For the full list of twitter handles, find me on twitter and search for my “top” list.

For a full list of websites vist my posterous site.

And yes, I am using you to increase my Klout score.

-Jonathan Lewis



how look smart in school & the intellectualization of design

(Picture by Dunechaser, "Bill Gates," downloaded via flickr 9/6/11, CC BY-NC-SA 2.0)

I really like being thought of as intelligent; you could even say I “idolize” being thought of as intelligent. Because I often find myself in situations where I am talking with people who are much smarter than me about a topic I have a very cursory understanding of (e.g. the first few days at AC4D), I have come up with several tactics to position myself as one of the “smart-ones” in whatever situation I find myself in…

  1. Wear glasses as often as possible. Note, sunglasses don’t count and are in fact a recipe for disaster. While they can make you look like a badass from the matrix, they oftentimes suggest laziness.
  2. Make sure people see you recycle, extra points for asking if there is a compost bin around. Smart people care about the environment and are very intentional about their waste.
  3. Shower regularly…enough said.
  4. Use small references to classic literature in casual conversation. Be careful when doing this, as one can sound like a dummy if people are not familiar with the plot line or artifact you are referencing. A good rule of thumb is to stick to books on the reading list for public school English classes – these rarely change. This will ensure that people are familiar with the reference but rarely remember enough of about the novel to call your bluff. One of my favorites is the Lord of the Flies “conch shell” reference: “Oh sorry I interrupted you, pass me the conch shell when you are done.”)
  5. Take a chance and make up words by adding suffixes like “ism” and “ize” to the end of words you’re not sure actually exist. This is a win-win situation. Either the word you choose actually does exist, or people think you are intentionally making up a word to better describe what you are talking about.

Feel free to comment below on other tricks of the trade to assert oneself as an expert in new situations.

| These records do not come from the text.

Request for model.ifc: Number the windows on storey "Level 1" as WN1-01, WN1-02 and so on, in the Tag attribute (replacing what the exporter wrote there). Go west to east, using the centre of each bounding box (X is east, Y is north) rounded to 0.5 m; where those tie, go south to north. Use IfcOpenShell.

First a look at what the model holds.

```python
import ifcopenshell
import ifcopenshell.util.element
import ifcopenshell.util.placement

model = ifcopenshell.open("model.ifc")
print(model.schema)
storey = next(s for s in model.by_type("IfcBuildingStorey") if s.Name == "Level 1")
windows = [e for e in ifcopenshell.util.element.get_decomposition(storey) if e.is_a("IfcWindow")]
for e in sorted(windows, key=lambda e: e.id()):
    origin = ifcopenshell.util.placement.get_local_placement(e.ObjectPlacement)[:3, 3]
    print(e.id(), e.Tag, e.Name, origin.round(2) + 0.0, sep=" | ")
```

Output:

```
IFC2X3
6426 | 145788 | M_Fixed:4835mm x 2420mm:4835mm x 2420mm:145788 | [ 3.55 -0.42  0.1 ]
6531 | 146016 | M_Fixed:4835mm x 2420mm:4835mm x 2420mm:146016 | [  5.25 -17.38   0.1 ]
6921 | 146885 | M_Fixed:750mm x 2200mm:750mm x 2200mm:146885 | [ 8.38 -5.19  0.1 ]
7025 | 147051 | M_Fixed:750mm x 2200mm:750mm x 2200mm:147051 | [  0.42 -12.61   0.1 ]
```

```python
import ifcopenshell
import ifcopenshell.geom
import ifcopenshell.util.element
import ifcopenshell.util.shape

model = ifcopenshell.open("model.ifc")
settings = ifcopenshell.geom.settings()
settings.set("use-world-coords", True)


def centre(element):
    shape = ifcopenshell.geom.create_shape(settings, element)
    return ifcopenshell.util.shape.get_bbox_centroid(shape.geometry)


storey = next(s for s in model.by_type("IfcBuildingStorey") if s.Name == "Level 1")
windows = [e for e in ifcopenshell.util.element.get_decomposition(storey) if e.is_a("IfcWindow")]

# Insertion points can sit at a corner or the storey origin, so sort by the geometry (in metres).
centres = {e: centre(e) for e in windows}
windows.sort(key=lambda e: (round(centres[e][0] / 0.5), centres[e][1]))

for i, e in enumerate(windows, start=1):
    number = f"WN1-{i:02d}"
    e.Tag = number
    print(e.id(), number)

model.write("model_v2.ifc")
```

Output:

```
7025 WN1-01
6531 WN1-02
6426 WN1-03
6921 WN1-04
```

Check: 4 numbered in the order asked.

On a more serious note, I have enjoyed all I have learned and experienced thus far at AC4D. One of the topics  that I look forward to thinking/talking about is the affect of the “Intellectualization of Design” (is intellectualization a real word?…I don’t know and it doesn’t matter, see tactic #5 above).

From what I have read so far, it appears over the past 10 years the profession/discipline of design and in-particular interaction design have popularized words like abductive reasoning, synthesis and ideation within industry vernacular in order to describe processes that occur internally, subconsciously or organically. This is to serve multiple purposes, two of which are: to make ideas and thoughts public allowing for greater collaboration and to provide justification for new ideas.

While I think intellectualization can oftentimes be a good thing, I’m curious if there could be negative consequences. In looking at some of the disciplines that have made their way to the top of the ivory tower of academia such as psychology, biology and mathematics one can see that intellectualization can sometimes lead to separation and irrelevance as understanding and keeping a pulse on the literature of disciplines is difficult and time consuming.  In many cases disciplines and professions oftentimes have “diplomats,” or more commonly referred to as “consultants” that can act as a bridge between the trenches of discipline related-literature and the outside world.

So in applying design thinking to design literature (as well as literature of other disciplines), what does user-centered writing and presenting look like?